Useful tips

My GPU is not found

If your GPU is not found, you might want to try to force export the path to cuda in your conda environment:

export LD_LIBRARY_PATH=$LD_LIBRARY_PATH:$CONDA_PREFIX/lib/

Otherwise, try following the TensorFlow guidelines.

Training stopped before the end

If the number of steps is too high for the batch size, TensorFlow will stop the training. The plugin will consider training to be done, while the number of epochs and steps has not been completed.

The number of steps should be chosen to be roughly equal to the number of patches divided by the batch size. Unfortunately, we do not know the number of patches before starting training, as it depends on multiple factor (size of the images, augmentation, patch size).

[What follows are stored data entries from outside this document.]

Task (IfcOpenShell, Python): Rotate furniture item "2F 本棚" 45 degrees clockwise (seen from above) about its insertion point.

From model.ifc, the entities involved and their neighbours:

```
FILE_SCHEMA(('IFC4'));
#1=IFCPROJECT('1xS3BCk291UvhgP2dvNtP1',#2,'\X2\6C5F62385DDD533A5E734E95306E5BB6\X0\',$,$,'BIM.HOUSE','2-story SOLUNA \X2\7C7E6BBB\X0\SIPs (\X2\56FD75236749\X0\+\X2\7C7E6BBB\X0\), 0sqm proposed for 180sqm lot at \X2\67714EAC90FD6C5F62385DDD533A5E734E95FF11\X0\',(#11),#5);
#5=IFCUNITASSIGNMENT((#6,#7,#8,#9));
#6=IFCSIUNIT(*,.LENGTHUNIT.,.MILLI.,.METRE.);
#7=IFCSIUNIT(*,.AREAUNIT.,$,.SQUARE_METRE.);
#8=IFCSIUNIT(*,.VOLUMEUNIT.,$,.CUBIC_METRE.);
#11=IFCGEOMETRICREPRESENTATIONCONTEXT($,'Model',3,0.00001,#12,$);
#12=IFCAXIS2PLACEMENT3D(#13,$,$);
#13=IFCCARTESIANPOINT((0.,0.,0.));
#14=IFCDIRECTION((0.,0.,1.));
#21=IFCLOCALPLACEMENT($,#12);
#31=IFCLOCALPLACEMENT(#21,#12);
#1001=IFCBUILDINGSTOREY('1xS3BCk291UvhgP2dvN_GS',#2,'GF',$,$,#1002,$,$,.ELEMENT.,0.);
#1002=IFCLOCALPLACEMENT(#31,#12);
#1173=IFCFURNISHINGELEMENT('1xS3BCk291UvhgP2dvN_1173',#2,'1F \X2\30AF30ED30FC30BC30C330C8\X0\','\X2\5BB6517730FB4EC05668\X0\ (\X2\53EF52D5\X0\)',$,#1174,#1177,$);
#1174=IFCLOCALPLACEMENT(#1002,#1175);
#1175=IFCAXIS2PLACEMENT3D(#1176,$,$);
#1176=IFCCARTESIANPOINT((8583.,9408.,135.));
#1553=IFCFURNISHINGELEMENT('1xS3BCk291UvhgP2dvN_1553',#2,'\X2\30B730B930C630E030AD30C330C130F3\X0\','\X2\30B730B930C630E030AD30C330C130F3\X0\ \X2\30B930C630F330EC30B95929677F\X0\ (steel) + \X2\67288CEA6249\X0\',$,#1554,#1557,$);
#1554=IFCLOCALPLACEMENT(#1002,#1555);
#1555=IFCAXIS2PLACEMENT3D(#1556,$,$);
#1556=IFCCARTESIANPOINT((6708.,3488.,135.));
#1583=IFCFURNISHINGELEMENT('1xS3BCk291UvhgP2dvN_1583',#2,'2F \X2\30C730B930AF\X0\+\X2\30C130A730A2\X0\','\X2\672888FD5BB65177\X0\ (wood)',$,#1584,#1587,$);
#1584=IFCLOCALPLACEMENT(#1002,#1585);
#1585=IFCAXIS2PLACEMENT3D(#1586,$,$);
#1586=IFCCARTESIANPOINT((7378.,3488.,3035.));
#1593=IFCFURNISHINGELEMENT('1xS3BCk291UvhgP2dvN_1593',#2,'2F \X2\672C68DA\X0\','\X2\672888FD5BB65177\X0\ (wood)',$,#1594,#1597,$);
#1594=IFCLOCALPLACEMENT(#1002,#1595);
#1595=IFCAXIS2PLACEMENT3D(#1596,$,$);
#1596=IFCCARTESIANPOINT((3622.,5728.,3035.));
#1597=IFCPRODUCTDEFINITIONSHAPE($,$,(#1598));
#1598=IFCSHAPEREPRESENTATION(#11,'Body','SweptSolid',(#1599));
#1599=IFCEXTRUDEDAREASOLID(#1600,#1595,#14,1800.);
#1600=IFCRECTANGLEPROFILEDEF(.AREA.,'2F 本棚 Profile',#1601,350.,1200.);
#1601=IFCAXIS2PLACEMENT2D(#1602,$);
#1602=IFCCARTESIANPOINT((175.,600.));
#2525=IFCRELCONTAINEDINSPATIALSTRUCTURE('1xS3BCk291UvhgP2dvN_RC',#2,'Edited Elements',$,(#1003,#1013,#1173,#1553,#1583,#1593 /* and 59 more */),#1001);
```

```python
import ifcopenshell
import ifcopenshell.api.geometry
import ifcopenshell.util.placement

model = ifcopenshell.open("model.ifc")

item = model.by_id(1593)
matrix = ifcopenshell.util.placement.get_local_placement(item.ObjectPlacement)
matrix = matrix @ ifcopenshell.util.placement.rotation(-45, "Z")
ifcopenshell.api.geometry.edit_object_placement(model, product=item, matrix=matrix, is_si=False)

print(ifcopenshell.util.placement.get_local_placement(item.ObjectPlacement).round(3) + 0.0)

model.write("model-out.ifc")
```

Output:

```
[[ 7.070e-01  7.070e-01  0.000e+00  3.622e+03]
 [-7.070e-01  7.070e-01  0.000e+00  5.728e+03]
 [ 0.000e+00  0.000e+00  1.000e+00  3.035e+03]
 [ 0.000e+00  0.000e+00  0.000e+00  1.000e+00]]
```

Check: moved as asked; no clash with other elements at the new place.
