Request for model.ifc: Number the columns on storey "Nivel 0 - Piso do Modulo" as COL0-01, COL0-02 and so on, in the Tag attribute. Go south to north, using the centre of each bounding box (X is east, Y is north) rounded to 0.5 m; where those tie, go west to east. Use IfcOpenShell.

First a look at what the model holds.

```python
import ifcopenshell
import ifcopenshell.util.element
import ifcopenshell.util.placement

model = ifcopenshell.open("model.ifc")
print(model.schema)
storey = next(s for s in model.by_type("IfcBuildingStorey") if s.Name == "Nivel 0 - Piso do Modulo")
columns = [e for e in ifcopenshell.util.element.get_decomposition(storey) if e.is_a("IfcColumn")]
for e in sorted(columns, key=lambda e: e.id()):
    origin = ifcopenshell.util.placement.get_local_placement(e.ObjectPlacement)[:3, 3]
    print(e.id(), e.Tag, e.Name, origin.round(2) + 0.0, sep=" | ")
```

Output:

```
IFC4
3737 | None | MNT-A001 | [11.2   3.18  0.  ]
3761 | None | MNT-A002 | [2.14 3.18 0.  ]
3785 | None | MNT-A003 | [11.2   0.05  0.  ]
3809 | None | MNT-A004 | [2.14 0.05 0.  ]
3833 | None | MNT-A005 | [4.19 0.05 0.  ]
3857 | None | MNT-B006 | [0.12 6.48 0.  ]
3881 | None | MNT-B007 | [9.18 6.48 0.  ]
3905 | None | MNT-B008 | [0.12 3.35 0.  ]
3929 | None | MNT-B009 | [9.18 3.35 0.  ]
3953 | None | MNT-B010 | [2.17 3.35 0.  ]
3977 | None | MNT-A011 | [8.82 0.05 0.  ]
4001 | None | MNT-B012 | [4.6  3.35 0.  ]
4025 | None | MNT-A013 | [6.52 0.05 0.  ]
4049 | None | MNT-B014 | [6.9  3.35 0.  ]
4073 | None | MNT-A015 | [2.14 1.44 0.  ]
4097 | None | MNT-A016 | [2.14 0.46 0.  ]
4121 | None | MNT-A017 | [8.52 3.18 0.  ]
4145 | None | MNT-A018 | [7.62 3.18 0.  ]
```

```python
import ifcopenshell
import ifcopenshell.geom
import ifcopenshell.util.element
import ifcopenshell.util.shape

model = ifcopenshell.open("model.ifc")
settings = ifcopenshell.geom.settings()
settings.set("use-world-coords", True)


def centre(element):
    shape = ifcopenshell.geom.create_shape(settings, element)
    return ifcopenshell.util.shape.get_bbox_centroid(shape.geometry)


storey = next(s for s in model.by_type("IfcBuildingStorey") if s.Name == "Nivel 0 - Piso do Modulo")
columns = [e for e in ifcopenshell.util.element.get_decomposition(storey) if e.is_a("IfcColumn")]

# Insertion points can sit at a corner or the storey origin, so sort by the geometry (in metres).
centres = {e: centre(e) for e in columns}
columns.sort(key=lambda e: (round(centres[e][1] / 0.5), centres[e][0]))

for i, e in enumerate(columns, start=1):
    number = f"COL0-{i:02d}"
    e.Tag = number
    print(e.id(), number)

model.write("model_updated.ifc")
```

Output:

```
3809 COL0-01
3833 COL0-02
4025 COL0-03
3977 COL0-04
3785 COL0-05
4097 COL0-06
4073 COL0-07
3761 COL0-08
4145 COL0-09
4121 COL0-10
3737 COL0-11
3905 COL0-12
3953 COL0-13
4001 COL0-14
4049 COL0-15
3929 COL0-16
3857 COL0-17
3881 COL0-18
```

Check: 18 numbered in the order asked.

A way around it is to look at console output at the beginning of the training and catch the number of training patches printed out. Example: 2400 patches if the size of the training set is (2400, 64, 64, 1).

Start the training again (don’t forget to reset the model or to restart the plugin), albeit with the corrected steps.

Getting out-of-memory (OOM) errors

If you have OOM errors, first determine whether this is physical, virtual or GPU memory from the error message. In most cases, this will be a GPU memory problem as GPU tend to be the limiting factor.

Few parameters allow reducing the load on the GPU memory:

Bacth size: reduce the batch size to improve the chances to fit in the GPU memory.
Patch XY and Patch Z: reduce the patch size. Note that patch size might be important to allow the network to see enough features of the image. Do no go smaller than the features of your images.
Tiling: during prediction tiling helps breaking down the images into tiles in order to fit in the GPU memory.

The training hangs at the end of each epoch

This happens when the validation set is huge. Make sure to select either small images for validation, or to choose the same images for training and validation (the plugin will then remove validation images from the training set).